Making money on textbooks by selling them to students at premium prices is despicable and is a poverty of mind for the future. Course tuition should include necessary book access. We gain so much more as a civilisation by sharing within academia that there needs to be a change in the way that the publishing industry treats these kinds of “violations “.
It seems like the passing of linger should get more notice.
Obviously book authors need to be paid, but those at the bottom of the ladder seeking to climb it through education can't afford the books.
Perhaps some kind of program run by the publishers could give free books to these people, to reduce the motivation for piracy of the books? Those that can afford it would still pay, of course.
That said, the current system is broken, so while this particular site is gone, z-library and anna's archive live on and won't be getting taken down any time zoon.
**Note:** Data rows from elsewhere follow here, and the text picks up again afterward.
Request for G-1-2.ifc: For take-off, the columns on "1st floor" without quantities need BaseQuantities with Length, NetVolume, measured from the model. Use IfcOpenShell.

First a look at what the model holds.

```python
import ifcopenshell
import ifcopenshell.util.element
import ifcopenshell.util.unit

model = ifcopenshell.open("G-1-2.ifc")
print(model.schema)
for unit_type in ("LENGTHUNIT", "AREAUNIT", "VOLUMEUNIT"):
    print(unit_type, ifcopenshell.util.unit.calculate_unit_scale(model, unit_type))
storey = next(s for s in model.by_type("IfcBuildingStorey") if s.Name == "1st floor")
columns = [e for e in ifcopenshell.util.element.get_decomposition(storey) if e.is_a("IfcColumn")]
for e in sorted(columns, key=lambda e: e.id()):
    print(e.id(), e.is_a(), e.Name, list(ifcopenshell.util.element.get_psets(e, qtos_only=True)), sep=" | ")
```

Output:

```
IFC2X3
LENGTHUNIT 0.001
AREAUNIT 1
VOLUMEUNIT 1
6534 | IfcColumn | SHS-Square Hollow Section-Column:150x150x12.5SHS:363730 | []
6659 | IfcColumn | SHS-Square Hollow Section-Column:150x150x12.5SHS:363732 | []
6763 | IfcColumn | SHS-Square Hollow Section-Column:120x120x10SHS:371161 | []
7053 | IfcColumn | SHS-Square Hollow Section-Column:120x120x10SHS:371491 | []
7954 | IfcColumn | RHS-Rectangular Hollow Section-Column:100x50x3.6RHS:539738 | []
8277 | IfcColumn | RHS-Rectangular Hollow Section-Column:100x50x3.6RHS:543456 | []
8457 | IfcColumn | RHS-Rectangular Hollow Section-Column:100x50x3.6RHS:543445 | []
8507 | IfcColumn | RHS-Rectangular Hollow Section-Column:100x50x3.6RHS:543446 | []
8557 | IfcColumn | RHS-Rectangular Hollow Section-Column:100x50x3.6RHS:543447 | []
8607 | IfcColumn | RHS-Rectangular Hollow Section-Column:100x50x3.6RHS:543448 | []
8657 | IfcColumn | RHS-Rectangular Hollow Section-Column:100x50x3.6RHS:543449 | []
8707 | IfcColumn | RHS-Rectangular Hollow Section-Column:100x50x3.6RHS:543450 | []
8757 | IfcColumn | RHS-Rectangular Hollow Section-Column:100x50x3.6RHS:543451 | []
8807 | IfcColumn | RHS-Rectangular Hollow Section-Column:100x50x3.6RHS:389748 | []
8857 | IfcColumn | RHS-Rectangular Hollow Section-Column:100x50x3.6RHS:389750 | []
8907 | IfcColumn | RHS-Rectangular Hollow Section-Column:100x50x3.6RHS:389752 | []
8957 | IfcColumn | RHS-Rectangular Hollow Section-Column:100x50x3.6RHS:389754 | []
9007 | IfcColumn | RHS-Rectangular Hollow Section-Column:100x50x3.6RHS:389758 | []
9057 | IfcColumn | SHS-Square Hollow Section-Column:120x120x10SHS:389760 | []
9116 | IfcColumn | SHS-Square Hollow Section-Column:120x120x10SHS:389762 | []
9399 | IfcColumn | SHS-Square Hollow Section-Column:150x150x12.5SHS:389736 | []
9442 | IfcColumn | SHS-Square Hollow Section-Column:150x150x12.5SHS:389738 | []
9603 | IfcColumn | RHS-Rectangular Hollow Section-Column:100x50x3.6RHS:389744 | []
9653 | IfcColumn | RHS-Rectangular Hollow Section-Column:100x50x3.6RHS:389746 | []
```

```python
import ifcopenshell
import ifcopenshell.api.pset
import ifcopenshell.geom
import ifcopenshell.util.element
import ifcopenshell.util.shape
import ifcopenshell.util.unit

model = ifcopenshell.open("G-1-2.ifc")
unit_scale = ifcopenshell.util.unit.calculate_unit_scale(model)
volume_scale = ifcopenshell.util.unit.calculate_unit_scale(model, "VOLUMEUNIT")
settings = ifcopenshell.geom.settings()

storey = next(s for s in model.by_type("IfcBuildingStorey") if s.Name == "1st floor")
columns = [e for e in ifcopenshell.util.element.get_decomposition(storey) if e.is_a("IfcColumn")]

for e in sorted(columns, key=lambda e: e.id()):
    if ifcopenshell.util.element.get_psets(e, qtos_only=True, should_inherit=False):
        continue
    # Geometry comes back in metres, in the element's own axes.
    shape = ifcopenshell.geom.create_shape(settings, e)
    values = {
        "Length": ifcopenshell.util.shape.get_z(shape.geometry) / unit_scale,
        "NetVolume": ifcopenshell.util.shape.get_volume(shape.geometry) / volume_scale,
    }
    qto = ifcopenshell.api.pset.add_qto(model, product=e, name="BaseQuantities")
    ifcopenshell.api.pset.edit_qto(model, qto=qto, properties=values)
    print(e.id(), {k: round(v, 3) for k, v in values.items()})

model.write("G-1-2_updated.ifc")
```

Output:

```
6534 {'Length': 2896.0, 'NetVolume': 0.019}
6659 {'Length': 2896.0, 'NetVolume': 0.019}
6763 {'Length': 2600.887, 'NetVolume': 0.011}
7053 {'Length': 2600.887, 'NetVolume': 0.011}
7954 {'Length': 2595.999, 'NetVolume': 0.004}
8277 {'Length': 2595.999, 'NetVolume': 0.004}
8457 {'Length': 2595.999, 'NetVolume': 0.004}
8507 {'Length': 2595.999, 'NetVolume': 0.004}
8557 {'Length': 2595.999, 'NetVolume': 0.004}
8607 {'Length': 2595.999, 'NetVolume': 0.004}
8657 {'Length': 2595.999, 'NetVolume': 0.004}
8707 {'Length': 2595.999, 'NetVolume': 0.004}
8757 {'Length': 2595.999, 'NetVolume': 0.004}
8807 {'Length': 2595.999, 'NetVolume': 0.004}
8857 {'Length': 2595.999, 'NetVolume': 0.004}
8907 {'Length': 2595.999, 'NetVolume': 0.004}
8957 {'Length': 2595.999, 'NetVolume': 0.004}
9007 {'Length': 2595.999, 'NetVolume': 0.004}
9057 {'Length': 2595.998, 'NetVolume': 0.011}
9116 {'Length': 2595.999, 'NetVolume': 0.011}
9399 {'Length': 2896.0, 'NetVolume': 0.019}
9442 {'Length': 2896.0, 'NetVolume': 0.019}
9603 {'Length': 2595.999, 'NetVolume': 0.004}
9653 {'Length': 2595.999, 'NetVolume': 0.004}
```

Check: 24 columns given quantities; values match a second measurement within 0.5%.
> Obviously book authors need to be paid
Do they? When the required reading is this years's version of the course professor's book, you are drowning in the BS.
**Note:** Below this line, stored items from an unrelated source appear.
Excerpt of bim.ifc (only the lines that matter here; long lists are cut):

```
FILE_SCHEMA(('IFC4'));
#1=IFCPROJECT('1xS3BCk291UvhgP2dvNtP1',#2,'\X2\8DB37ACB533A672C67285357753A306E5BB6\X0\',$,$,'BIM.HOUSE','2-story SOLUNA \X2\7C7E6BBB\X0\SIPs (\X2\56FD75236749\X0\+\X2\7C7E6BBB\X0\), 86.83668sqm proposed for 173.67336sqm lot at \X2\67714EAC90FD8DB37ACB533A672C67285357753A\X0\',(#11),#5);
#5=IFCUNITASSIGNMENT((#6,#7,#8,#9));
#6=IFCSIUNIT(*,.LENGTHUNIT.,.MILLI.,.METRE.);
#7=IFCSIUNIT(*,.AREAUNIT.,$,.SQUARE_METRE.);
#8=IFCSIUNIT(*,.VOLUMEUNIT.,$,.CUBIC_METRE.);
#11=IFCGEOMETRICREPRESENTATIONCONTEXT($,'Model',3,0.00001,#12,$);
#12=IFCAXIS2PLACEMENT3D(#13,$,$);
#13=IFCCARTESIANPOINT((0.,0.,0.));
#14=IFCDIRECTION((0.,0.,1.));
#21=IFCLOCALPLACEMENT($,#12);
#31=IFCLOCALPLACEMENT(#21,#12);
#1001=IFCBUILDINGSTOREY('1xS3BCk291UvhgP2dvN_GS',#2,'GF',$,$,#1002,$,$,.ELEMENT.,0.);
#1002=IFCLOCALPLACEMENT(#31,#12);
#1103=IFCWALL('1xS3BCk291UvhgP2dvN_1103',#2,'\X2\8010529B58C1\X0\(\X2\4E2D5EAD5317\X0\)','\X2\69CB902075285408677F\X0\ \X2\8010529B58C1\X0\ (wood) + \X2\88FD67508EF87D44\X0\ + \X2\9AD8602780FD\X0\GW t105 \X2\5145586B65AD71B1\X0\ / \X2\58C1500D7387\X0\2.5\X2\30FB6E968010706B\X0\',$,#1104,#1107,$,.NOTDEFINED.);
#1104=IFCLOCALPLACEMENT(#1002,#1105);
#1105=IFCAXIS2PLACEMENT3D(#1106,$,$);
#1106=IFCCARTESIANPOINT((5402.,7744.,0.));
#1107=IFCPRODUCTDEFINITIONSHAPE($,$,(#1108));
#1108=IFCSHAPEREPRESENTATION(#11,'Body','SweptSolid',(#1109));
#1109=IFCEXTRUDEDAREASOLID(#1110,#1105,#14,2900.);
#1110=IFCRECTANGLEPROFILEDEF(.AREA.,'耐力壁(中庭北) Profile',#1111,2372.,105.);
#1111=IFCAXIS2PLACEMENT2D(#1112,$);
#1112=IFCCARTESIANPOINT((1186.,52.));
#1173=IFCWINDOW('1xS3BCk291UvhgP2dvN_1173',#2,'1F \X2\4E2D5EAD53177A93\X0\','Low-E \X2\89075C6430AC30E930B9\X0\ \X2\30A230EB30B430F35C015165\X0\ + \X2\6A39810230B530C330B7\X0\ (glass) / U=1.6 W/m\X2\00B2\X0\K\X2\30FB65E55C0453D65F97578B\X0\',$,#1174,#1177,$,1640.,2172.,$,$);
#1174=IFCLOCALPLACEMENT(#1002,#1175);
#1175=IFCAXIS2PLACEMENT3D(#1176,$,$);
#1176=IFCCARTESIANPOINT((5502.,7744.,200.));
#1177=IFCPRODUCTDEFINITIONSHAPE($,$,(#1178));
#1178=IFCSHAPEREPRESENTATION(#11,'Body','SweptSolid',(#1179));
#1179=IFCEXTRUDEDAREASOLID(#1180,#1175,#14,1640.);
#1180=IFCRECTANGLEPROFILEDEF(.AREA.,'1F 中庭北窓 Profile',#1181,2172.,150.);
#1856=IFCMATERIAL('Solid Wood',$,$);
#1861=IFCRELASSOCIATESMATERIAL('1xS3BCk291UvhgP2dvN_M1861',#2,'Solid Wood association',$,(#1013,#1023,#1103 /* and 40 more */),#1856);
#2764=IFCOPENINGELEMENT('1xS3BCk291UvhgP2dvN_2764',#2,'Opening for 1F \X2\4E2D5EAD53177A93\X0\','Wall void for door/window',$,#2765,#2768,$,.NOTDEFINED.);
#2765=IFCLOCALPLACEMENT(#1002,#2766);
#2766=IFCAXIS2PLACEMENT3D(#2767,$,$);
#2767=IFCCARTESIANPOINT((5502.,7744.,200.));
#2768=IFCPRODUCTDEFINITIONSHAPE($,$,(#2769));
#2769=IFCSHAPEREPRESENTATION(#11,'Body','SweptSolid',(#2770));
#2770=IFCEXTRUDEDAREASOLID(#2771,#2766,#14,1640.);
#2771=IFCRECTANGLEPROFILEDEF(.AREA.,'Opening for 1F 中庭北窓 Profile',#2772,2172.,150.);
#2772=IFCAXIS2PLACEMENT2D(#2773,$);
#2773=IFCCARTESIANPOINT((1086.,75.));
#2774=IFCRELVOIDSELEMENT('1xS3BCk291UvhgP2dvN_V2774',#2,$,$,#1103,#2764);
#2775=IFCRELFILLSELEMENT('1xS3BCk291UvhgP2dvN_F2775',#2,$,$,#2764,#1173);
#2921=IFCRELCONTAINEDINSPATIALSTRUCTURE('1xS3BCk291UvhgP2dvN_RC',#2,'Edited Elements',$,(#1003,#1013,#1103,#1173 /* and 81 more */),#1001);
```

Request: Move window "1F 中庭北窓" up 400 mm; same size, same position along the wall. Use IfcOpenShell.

```python
import numpy as np
import ifcopenshell
import ifcopenshell.api.geometry
import ifcopenshell.util.placement
import ifcopenshell.util.unit

model = ifcopenshell.open("bim.ifc")
unit_scale = ifcopenshell.util.unit.calculate_unit_scale(model)

window = model.by_guid("1xS3BCk291UvhgP2dvN_1173")
opening = window.FillsVoids[0].RelatingOpeningElement
dz = 400.0

shift = np.array([0.0, 0.0, dz])
# The window is not placed relative to its opening, so move both.
for product in (opening, window):
    matrix = ifcopenshell.util.placement.get_local_placement(product.ObjectPlacement)
    matrix[:3, 3] += shift
    ifcopenshell.api.geometry.edit_object_placement(model, product=product, matrix=matrix, is_si=False)

print(f"moved by {dz * unit_scale:+.3f} m")

model.write("bim_updated.ifc")
```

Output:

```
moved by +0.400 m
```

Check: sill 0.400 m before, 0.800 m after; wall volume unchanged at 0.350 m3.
> Copyright Crime Special Unit
It's amazing that people have somehow been convinced that it's sane not only to throw others in prison for copying files but also to have special police for it.
They've been getting away with it for ages. The RIAA even hired a bunch of ex-cops to act as goons, impersonate the FBI, and go on raids
https://web.archive.org/web/20040209170528/http://www.laweek...
I swear I've seen photos of them in their RIAA jackets too, but I can't seem to find any at the moment
Unless big tech does it I guess
That's easy: government should serve the needs of people, not companies.
It's not hypocritical to want a different set of rules for companies.
> a different set of rules for companies
That is sort of the problem we find ourselves in.
"It's not copyright infringement! I'm just using it to train my neural networks with the information!"
This quote is perfectly constructed to underline the hypocrisy considering this case is about pirating educational material. If pirating information is allowed when that neural network you are training is some LLM, why shouldn't it be allowed when that neural network is a human brain?
Human brains are not created and owned solely by companies
"fair use" for corporations.
I had the same thought. Those people could be put to so much better use, solving real problems that everyday people have.
> Those people could be put to so much better use, solving real problems that everyday people have.
You can apply that logic to large swathe of well paid jobs.
This is why an economic crash is not necessarily a bad thing in the long run. It shatters calcified assumptions about what labor is valuable and presents an opportunity to redefine them. We keep putting the next one off, and the people working jobs that "should" have gone away keep moving forward in their careers, gaining seniority and higher salaries doing varyingly terrible and unnecessary work.
The cyberpunk dystopia that 80s fiction authors prepared [some of] us for.
Drug and Copyright Enforcement Agency?
I always thought that one reason to go after marijuana was that it was something that one could easily "grow at home" -- eg, make a copy. Alcohol and hard drugs typically required a lot of equipment or expertise.
..and in a dystopian future there will be an agency to remove any unauthorized knowledge (gained from pirated sources) from ones' brain.
>..and in a dystopian future there will be an agency to remove any unauthorized knowledge (gained from pirated sources) from ones' brain.
as a preview - the similar is going to happen to the LLMs soon. Actually with growth of LLMs it may become unimportant what is in the actual biological brain of its user.
You would think we as a society should crack down harder on theft and robbery but here we are subsiding the rich on copyright laws
>The Ministry of Culture and Sport says others involved will be tracked down and given lessons in copyright law.
This is way too soft of a punishment. If people can get away with attending a lesson there will not be enough risk in the risk reward analysis people do before violating people's copyrights.
Won’t someone think of the textbook publishers. They are but paupers.
Wait until you see the price of the textbook.